Hi all just want to find out how difficult it is for a tradesman to get a job in oz i have been working for a well known automotive company for the past 10 years and i qaulified about 4 years ago. Me and my wife and kids want to imigrate from SA just want to find out about the opportunities available


----------



## kattech (Jan 3, 2016)

For as long as you have the required Job qualifications, it wouldn't be difficult for you to get a Job. All you need is to contact with your employer to be, and see what they require.


----------



## aussiesteve (Mar 16, 2012)

wayde said:


> Hi all just want to find out how difficult it is for a tradesman to get a job in oz i have been working for a well known automotive company for the past 10 years and i qaulified about 4 years ago. Me and my wife and kids want to imigrate from SA just want to find out about the opportunities available


What is your trade? You will need to get your qualifications accessed to see if they acceptable for migration to Australia.
Here is a link to a government site that will assist.
http://www.australia.gov.au/informa...raining/qualifications-and-skills-recognition

Before spending too much money check out job opportunities on sites like seek.com.au
The job market here is very competitive in a number of fields.


----------



## wayde (Dec 31, 2015)

Thanks for the info so far. I have been working for GM for the past 10 years and have been qaulified for for the past 4 years and im currently a workshop foreman.

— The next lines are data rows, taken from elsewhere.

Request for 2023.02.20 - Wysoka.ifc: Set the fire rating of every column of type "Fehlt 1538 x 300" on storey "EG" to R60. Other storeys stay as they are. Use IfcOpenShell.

First a look at what the model holds.

```python
import ifcopenshell
import ifcopenshell.util.element

model = ifcopenshell.open("2023.02.20 - Wysoka.ifc")
print(model.schema)
storey = next(s for s in model.by_type("IfcBuildingStorey") if s.Name == "EG")
columns = [e for e in ifcopenshell.util.element.get_decomposition(storey) if e.is_a("IfcColumn")]
seen = {}
for e in columns:
    element_type = ifcopenshell.util.element.get_type(e)
    key = (element_type.Name if element_type != e and element_type else None, ifcopenshell.util.element.get_pset(e, "Pset_ColumnCommon", "FireRating"))
    seen[key] = seen.get(key, 0) + 1
for (name, value), count in sorted(seen.items(), key=str):
    print(count, "x", name, "|", value)
```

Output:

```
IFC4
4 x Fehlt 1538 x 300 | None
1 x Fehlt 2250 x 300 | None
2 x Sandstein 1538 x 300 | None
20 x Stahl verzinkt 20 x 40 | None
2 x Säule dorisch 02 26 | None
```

```python
import ifcopenshell
import ifcopenshell.api.pset
import ifcopenshell.util.element

model = ifcopenshell.open("2023.02.20 - Wysoka.ifc")

storey = next(s for s in model.by_type("IfcBuildingStorey") if s.Name == "EG")
columns = [e for e in ifcopenshell.util.element.get_decomposition(storey) if e.is_a("IfcColumn")]

count = 0
for e in columns:
    element_type = ifcopenshell.util.element.get_type(e)
    if element_type in (None, e) or element_type.Name != "Fehlt 1538 x 300":
        continue
    # add_pset returns the element's existing set when there is one.
    pset = ifcopenshell.api.pset.add_pset(model, product=e, name="Pset_ColumnCommon")
    ifcopenshell.api.pset.edit_pset(model, pset=pset, properties={"FireRating": "R60"})
    count += 1

print(count, "columns updated")

model.write("2023.02.20 - Wysoka_v2.ifc")
```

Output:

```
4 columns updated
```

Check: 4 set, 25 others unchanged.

I want to apply at Holden


----------



## aussiesteve (Mar 16, 2012)

wayde said:


> Thanks for the info so far. I have been working for GM for the past 10 years and have been qaulified for for the past 4 years and im currently a workshop foreman. I want to apply at Holden


I dont know if you know but all car manufacturing in Australia is closing down. There will still be work in the dealer garaging for service and repairs etc.


----------